At the close of the prosecution’s case-in-chief on May 28, 2009, defendant’s counsel informed the trial court that defendant would “rest without putting on a defense” and that defendant was “requesting that [defense counsel] inform the court that [defendant] would like to enter a plea of not guilty based on insanity.” Following the trial court’s colloquy with counsel about other matters, defense counsel asked the court to hear “the motion, ” apparently referring to defendant’s motion to change his plea to not guilty by reason of insanity. When the trial court agreed to hear the motion, defense counsel informed the trial court that defendant’s motion was untimely and had no factual basis. The trial court then asked defendant if he wanted to make a motion on his own behalf and defendant responded affirmatively. As defendant began to explain his motion, he was interrupted by the prosecutor who raised a concern that there “might [be an] overlap between the Marsden motion and this motion.” In response, the trial court asked defendant whether his motion had anything to do with his attorney, and defendant responded affirmatively, prompting the court to hold another Marsden hearing.

“When a defendant seeks substitution of appointed counsel pursuant to People v. Marsden [(1970)] 2 Cal.3d 118, ‘the trial court must permit the defendant to explain the basis of his contention and to relate specific instances of inadequate performance. A defendant is entitled to relief if the record clearly shows that the appointed counsel is not providing adequate representation or that defendant and counsel have become embroiled in such an irreconcilable conflict that ineffective representation is likely to result.’ (People v. Smith (2003) 30 Cal.4th 581, 604 [134 Cal.Rptr.2d 1, 68 P.3d 302]; see also People v. Hart (1999) 20 Cal.4th 546, 603 [85 Cal.Rptr.2d 132, 976 P.2d 683].)” (People v. Taylor (2010) 48 Cal.4th 574, 599.) In this case, the trial court had held two prior Marsden hearings on October 9, 2008, and May 26, 2009.

During the Marsden hearing on May 28, 2009, defendant complained that information and documents about his mental condition “had never been brought to the attention of any court.” Defendant concluded by stating, “I just want to know-I just want to inform the court about those documents and those facts. That I really need the court[’s] help. I do not have any single relative living here in America. I’m all by myself. I was in an orphanage that was called Boys Town. In that location, they did give me medication. And I met with therapists every week when I was 18, I became homeless, and I had no relatives. [¶] I asked my attorney to help me get the files from the mental institutions and the hospitals. [¶] I was on the street, I got shot.

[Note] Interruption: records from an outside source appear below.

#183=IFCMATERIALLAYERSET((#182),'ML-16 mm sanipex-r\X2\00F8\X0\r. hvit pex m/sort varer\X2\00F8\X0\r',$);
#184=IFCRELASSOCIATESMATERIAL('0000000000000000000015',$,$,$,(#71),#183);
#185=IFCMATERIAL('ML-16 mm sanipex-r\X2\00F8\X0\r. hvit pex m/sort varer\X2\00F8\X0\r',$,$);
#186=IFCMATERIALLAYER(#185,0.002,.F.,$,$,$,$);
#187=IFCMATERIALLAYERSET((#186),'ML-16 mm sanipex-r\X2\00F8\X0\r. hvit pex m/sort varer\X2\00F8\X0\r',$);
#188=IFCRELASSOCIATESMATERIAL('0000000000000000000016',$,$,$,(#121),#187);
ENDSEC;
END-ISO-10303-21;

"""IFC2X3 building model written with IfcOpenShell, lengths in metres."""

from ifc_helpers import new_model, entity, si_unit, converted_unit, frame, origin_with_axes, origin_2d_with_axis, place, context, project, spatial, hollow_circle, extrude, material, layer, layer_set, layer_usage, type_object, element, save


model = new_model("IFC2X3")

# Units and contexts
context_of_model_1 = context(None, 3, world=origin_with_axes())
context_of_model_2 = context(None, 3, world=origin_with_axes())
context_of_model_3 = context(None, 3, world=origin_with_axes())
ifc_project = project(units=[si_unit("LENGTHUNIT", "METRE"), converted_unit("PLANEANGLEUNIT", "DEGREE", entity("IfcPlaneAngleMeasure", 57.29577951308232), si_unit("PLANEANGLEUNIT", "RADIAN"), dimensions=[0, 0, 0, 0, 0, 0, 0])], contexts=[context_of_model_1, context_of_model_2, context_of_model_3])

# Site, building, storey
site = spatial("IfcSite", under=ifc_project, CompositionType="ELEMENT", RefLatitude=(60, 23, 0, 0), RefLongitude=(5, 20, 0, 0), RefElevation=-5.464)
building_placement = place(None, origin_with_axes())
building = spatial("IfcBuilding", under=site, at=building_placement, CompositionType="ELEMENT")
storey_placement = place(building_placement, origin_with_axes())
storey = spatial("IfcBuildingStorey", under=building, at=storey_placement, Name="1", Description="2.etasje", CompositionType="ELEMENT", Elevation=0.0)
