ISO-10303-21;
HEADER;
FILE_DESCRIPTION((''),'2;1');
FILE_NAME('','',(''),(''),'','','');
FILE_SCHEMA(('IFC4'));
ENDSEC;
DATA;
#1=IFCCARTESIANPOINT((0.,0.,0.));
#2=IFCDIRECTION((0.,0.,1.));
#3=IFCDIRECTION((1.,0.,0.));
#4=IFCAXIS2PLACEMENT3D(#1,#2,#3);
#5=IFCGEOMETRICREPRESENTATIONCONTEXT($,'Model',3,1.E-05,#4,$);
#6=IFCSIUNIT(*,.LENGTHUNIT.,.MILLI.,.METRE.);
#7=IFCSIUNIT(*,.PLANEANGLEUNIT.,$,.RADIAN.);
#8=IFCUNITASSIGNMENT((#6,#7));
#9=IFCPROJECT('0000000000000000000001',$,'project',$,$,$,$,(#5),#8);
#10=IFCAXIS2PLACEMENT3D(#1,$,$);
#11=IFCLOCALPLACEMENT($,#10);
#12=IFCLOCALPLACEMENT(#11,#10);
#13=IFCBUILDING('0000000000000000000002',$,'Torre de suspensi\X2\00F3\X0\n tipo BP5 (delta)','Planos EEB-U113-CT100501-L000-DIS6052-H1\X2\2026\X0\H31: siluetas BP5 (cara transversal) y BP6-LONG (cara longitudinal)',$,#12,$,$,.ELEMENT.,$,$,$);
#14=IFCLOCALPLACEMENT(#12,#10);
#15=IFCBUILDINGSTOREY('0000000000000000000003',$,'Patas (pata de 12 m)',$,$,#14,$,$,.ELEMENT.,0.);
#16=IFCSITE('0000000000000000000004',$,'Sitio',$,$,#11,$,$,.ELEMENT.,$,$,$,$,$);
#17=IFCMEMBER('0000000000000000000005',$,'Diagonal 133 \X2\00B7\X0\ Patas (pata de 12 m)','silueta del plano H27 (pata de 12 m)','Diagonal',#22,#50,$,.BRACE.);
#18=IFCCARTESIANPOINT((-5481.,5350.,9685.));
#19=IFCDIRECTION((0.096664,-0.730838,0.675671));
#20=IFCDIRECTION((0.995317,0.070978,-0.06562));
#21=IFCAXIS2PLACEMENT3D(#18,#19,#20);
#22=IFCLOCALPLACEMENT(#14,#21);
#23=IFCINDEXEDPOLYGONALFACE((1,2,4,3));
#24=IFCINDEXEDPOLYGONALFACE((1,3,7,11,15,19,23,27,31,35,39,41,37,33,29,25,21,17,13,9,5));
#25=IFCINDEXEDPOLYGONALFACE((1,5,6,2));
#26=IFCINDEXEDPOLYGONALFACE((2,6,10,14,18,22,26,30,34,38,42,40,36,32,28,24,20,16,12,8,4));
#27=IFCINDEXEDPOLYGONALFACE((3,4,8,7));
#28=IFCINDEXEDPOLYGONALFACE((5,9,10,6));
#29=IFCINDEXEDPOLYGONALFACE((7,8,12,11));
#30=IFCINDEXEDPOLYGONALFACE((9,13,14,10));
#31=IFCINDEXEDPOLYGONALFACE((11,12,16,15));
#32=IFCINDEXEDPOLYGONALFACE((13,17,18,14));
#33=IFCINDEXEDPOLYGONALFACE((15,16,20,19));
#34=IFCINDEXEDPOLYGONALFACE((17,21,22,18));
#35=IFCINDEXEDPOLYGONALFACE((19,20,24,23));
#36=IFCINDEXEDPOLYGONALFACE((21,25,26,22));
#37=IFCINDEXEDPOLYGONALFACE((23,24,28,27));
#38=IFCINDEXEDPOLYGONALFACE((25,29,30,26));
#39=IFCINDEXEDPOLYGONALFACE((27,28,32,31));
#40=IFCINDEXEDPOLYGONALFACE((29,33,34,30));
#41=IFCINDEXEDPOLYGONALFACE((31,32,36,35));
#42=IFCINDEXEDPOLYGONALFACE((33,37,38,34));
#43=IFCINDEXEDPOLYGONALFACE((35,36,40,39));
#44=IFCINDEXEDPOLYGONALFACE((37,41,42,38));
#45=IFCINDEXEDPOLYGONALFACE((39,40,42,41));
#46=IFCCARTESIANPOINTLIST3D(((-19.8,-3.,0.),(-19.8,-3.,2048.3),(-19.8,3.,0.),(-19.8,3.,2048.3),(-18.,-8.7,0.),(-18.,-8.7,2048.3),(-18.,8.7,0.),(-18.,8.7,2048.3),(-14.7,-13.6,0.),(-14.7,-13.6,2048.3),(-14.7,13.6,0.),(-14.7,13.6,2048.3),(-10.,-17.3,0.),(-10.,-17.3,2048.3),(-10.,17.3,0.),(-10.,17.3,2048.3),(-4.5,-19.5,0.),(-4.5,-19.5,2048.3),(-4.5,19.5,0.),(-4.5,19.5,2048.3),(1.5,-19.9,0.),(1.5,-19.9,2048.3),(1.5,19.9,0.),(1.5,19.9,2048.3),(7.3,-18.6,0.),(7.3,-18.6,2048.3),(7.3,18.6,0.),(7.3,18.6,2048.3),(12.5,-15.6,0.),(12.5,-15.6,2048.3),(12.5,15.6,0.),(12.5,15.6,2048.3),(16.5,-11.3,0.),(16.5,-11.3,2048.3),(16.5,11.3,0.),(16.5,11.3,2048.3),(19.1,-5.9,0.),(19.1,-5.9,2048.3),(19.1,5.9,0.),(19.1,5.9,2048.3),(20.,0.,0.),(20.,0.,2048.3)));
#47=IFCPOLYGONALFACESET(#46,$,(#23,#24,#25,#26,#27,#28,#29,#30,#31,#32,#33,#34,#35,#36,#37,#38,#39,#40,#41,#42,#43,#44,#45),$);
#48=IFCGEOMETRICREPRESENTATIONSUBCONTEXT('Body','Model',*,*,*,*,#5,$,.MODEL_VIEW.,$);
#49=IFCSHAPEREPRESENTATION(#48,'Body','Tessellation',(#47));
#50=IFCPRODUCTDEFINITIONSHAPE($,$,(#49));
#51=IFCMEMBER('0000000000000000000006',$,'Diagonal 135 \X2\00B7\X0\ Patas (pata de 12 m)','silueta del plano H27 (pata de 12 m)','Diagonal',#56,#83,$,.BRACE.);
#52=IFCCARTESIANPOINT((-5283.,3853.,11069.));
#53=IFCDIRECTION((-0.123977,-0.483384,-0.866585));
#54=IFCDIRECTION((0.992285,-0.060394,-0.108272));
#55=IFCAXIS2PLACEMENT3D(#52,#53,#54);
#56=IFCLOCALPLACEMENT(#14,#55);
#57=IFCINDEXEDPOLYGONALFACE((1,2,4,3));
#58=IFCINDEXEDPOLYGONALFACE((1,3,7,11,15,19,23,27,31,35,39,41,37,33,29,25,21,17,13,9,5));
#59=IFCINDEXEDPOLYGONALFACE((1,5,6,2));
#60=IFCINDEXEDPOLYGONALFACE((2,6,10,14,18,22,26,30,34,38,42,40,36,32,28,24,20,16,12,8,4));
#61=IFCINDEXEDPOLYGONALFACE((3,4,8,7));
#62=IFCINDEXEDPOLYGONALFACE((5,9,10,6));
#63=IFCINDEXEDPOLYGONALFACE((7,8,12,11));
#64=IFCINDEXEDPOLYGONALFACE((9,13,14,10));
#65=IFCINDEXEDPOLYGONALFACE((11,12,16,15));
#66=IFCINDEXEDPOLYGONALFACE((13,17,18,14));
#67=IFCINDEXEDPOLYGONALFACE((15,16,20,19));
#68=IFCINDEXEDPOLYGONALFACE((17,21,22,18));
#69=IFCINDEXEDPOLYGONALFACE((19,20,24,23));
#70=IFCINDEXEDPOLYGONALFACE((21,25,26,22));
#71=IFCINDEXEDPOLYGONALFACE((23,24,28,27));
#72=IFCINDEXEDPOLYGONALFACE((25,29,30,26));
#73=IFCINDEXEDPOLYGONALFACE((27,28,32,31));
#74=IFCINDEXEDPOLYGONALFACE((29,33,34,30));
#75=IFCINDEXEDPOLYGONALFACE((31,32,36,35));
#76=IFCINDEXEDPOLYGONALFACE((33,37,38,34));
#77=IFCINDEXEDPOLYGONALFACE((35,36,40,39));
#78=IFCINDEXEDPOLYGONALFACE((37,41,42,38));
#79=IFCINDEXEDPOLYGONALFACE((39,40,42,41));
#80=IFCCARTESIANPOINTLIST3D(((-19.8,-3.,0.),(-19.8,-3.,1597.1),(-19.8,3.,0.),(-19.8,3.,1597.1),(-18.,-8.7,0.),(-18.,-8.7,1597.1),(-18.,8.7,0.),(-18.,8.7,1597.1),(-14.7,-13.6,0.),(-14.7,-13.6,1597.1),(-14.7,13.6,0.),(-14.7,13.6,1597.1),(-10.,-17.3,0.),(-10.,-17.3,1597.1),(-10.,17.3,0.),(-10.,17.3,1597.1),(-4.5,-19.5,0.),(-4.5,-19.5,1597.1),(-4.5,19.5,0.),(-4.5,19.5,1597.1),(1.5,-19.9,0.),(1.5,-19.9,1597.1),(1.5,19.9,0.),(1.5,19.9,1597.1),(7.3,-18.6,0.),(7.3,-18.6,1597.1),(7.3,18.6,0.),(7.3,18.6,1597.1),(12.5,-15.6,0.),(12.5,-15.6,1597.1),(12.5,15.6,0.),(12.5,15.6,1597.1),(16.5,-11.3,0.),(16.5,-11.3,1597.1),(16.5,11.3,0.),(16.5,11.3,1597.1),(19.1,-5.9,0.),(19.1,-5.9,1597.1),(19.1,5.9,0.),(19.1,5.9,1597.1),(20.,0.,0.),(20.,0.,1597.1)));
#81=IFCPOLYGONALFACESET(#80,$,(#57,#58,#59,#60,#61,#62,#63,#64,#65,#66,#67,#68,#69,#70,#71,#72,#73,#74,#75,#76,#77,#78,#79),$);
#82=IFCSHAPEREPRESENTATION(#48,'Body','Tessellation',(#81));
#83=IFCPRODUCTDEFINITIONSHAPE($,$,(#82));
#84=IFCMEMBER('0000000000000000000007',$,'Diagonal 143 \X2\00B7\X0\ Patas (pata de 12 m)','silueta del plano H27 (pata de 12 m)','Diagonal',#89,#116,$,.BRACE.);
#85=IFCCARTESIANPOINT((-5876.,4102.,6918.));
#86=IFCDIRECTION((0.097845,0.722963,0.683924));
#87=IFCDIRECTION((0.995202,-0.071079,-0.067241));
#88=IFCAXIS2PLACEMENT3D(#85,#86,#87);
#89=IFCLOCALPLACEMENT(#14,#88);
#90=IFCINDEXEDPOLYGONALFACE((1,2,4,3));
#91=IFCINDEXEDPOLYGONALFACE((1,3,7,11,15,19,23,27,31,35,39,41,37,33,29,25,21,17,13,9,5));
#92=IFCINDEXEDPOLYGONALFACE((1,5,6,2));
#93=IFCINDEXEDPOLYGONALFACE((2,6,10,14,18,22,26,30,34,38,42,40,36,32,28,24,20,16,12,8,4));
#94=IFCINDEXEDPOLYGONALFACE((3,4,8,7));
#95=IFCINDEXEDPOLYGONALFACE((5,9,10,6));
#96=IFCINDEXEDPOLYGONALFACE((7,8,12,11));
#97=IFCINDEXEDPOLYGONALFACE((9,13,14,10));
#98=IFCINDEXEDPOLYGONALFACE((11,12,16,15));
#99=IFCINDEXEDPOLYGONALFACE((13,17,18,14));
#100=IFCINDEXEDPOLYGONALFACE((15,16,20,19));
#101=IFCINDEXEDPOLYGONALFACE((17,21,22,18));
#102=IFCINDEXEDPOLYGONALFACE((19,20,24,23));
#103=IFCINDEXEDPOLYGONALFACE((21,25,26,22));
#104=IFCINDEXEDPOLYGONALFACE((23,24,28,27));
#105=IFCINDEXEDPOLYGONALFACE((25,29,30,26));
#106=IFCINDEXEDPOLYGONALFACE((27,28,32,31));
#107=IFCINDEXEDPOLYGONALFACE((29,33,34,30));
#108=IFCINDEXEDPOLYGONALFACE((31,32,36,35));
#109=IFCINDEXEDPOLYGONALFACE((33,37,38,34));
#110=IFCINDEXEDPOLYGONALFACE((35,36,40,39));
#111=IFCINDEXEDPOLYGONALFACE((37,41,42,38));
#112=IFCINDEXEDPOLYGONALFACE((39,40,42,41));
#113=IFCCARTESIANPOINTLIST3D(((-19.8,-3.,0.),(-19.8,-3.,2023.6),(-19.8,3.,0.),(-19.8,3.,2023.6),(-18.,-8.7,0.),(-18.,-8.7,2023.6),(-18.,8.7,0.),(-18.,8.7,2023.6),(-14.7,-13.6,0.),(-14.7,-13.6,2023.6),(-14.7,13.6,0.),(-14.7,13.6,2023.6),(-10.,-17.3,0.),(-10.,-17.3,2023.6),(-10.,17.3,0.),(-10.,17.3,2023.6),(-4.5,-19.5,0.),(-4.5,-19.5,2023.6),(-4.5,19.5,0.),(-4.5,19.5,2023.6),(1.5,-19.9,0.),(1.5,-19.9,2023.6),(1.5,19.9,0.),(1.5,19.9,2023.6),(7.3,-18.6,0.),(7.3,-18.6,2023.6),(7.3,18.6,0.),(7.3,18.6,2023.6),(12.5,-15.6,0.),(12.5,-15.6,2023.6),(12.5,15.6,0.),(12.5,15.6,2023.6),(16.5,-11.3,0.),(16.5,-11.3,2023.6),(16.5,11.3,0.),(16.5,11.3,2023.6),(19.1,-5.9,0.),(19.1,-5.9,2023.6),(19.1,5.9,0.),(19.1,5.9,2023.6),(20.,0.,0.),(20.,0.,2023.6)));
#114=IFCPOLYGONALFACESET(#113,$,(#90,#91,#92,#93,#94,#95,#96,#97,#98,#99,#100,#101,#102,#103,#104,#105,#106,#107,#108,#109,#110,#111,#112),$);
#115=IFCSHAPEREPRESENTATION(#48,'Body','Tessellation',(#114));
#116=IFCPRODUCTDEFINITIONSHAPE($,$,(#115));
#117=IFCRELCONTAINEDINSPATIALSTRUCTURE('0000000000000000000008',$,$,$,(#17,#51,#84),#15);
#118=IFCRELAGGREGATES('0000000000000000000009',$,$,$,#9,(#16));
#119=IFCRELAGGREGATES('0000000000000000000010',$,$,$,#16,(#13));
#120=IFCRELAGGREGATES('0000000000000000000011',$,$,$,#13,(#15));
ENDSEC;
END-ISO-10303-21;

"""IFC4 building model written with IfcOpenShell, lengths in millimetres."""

from ifc_helpers import new_model, si_unit, frame, origin, origin_with_axes, place, context, subcontext, project, spatial, circle, extrude, element, save


model = new_model("IFC4")

# Units and contexts
model_context = context("Model", 3, precision=1e-05, world=origin_with_axes())
body_context = subcontext(model_context, "Body", "Model", "MODEL_VIEW")
ifc_project = project(units=[si_unit("LENGTHUNIT", "METRE", prefix="MILLI"), si_unit("PLANEANGLEUNIT", "RADIAN")], contexts=[model_context])

# Site, building, storey
site_placement = place(None, origin())
site = spatial("IfcSite", under=ifc_project, at=site_placement, Name="Sitio", CompositionType="ELEMENT")
building_placement = place(site_placement, origin())
building = spatial("IfcBuilding", under=site, at=building_placement, Name="Torre de suspensión tipo BP5 (delta)", Description="Planos EEB-U113-CT100501-L000-DIS6052-H1…H31: siluetas BP5 (cara transversal) y BP6-LONG (cara longitudinal)", CompositionType="ELEMENT")
storey_placement = place(building_placement, origin())
storey = spatial("IfcBuildingStorey", under=building, at=storey_placement, Name="Patas (pata de 12 m)", CompositionType="ELEMENT", Elevation=0.0)

# Members
member_1_placement = place(storey_placement, frame((-5481.0, 5350.0, 9685.0), z_axis=(0.096664, -0.730838, 0.675671), x_axis=(0.995317, 0.070978, -0.06562)))
element("IfcMember", 1, at=member_1_placement, inside=storey, Name="Diagonal 133 · Patas (pata de 12 m)", Description="silueta del plano H27 (pata de 12 m)", ObjectType="Diagonal", PredefinedType="BRACE", context=body_context, shape_type="SweptSolid", body=[
    extrude(circle(Radius=20.0), None, (0.0, 0.0, 1.0), 2048.3),
])
member_2_placement = place(storey_placement, frame((-5283.0, 3853.0, 11069.0), z_axis=(-0.123977, -0.483384, -0.866585), x_axis=(0.992285, -0.060394, -0.108272)))
element("IfcMember", 2, at=member_2_placement, inside=storey, Name="Diagonal 135 · Patas (pata de 12 m)", Description="silueta del plano H27 (pata de 12 m)", ObjectType="Diagonal", PredefinedType="BRACE", context=body_context, shape_type="SweptSolid", body=[
    extrude(circle(Radius=20.0), None, (0.0, 0.0, 1.0), 1597.1),
])
member_3_placement = place(storey_placement, frame((-5876.0, 4102.0, 6918.0), z_axis=(0.097845, 0.722963, 0.683924), x_axis=(0.995202, -0.071079, -0.067241)))
element("IfcMember", 3, at=member_3_placement, inside=storey, Name="Diagonal 143 · Patas (pata de 12 m)", Description="silueta del plano H27 (pata de 12 m)", ObjectType="Diagonal", PredefinedType="BRACE", context=body_context, shape_type="SweptSolid", body=[
    extrude(circle(Radius=20.0), None, (0.0, 0.0, 1.0), 2023.6),
])

save(model, "model.ifc")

Those things and those facts and so many things that happened that made my mental condition. I just want to inform the court about that.”

The trial court responded by clarifying that defendant was raising an issue about his mental competence at the time of the charged crimes, as opposed to his competence to stand trial, and told defendant that “an insanity defense has legal standards that I suspect are not met in your case. And if those legal standards are not met, then there is no insanity defense. [¶] I suspect, but I’m going to inquire, that your attorney, having reviewed all of this evidence, has concluded that as a matter of law, there isn’t an insanity defense. And bringing the doctor in to testify about your past problems, as you indicated them here, will serve not to address an insanity defense, but instead will put all of these matters before the jury.... [¶] And, so that is why your attorney has concluded that. And based on what you have indicated, the court is also inclined to conclude, but does not have access to the information that your attorney has access to, that the witness is not being called to testify because he isn’t supporting-because of the facts that he is basing an opinion on don’t support an insanity defense; and that, as I said before, to bring those facts before the jury is not in your best interests. [¶] And I’m not going to deal with the timeliness issue because, substantively, I don’t believe an insanity defense will be successful and certainly would not be in your best interests to have all of that other information before the jury.”

Following a colloquy with defense counsel about prior plea negotiations, the trial court asked defendant if he was seeking leave to plead not guilty by reason of insanity, and defendant answered “No.” In response to the trial court’s inquiry about the type of relief defendant was seeking, defendant explained, “My idea today is that he should have mentioned that a long time ago, not just bring it to the attention of the court today. I, myself-I know it is not timely as well. I, myself, know it because it is too late.”

At that point, the trial court advised defendant as follows: “I told you I wasn’t considering the timeliness issue. That is not what we’re talking about. [¶] With respect to bringing it to the attention of the court and the prosecutors, [defense counsel] just finished detailing how he did do that. Whether it is today, whether it is back then, whether it is tomorrow, an insanity defense is not possible in this case. [¶] And [defense counsel] is not going to call a witness who is going to, by virtue of the fact that witness is testifying, have to discuss everything about which or upon which his opinion is based-his or her-which will be all of this mental history that is not in your best interests to come before the jury and does not substantiate an insanity defense. [¶] So, ... there is no basis for that. To the extent that you’re seeking to plead insanity either now or retroactively, there is no basis for that. The motion is denied.” (Italics added.)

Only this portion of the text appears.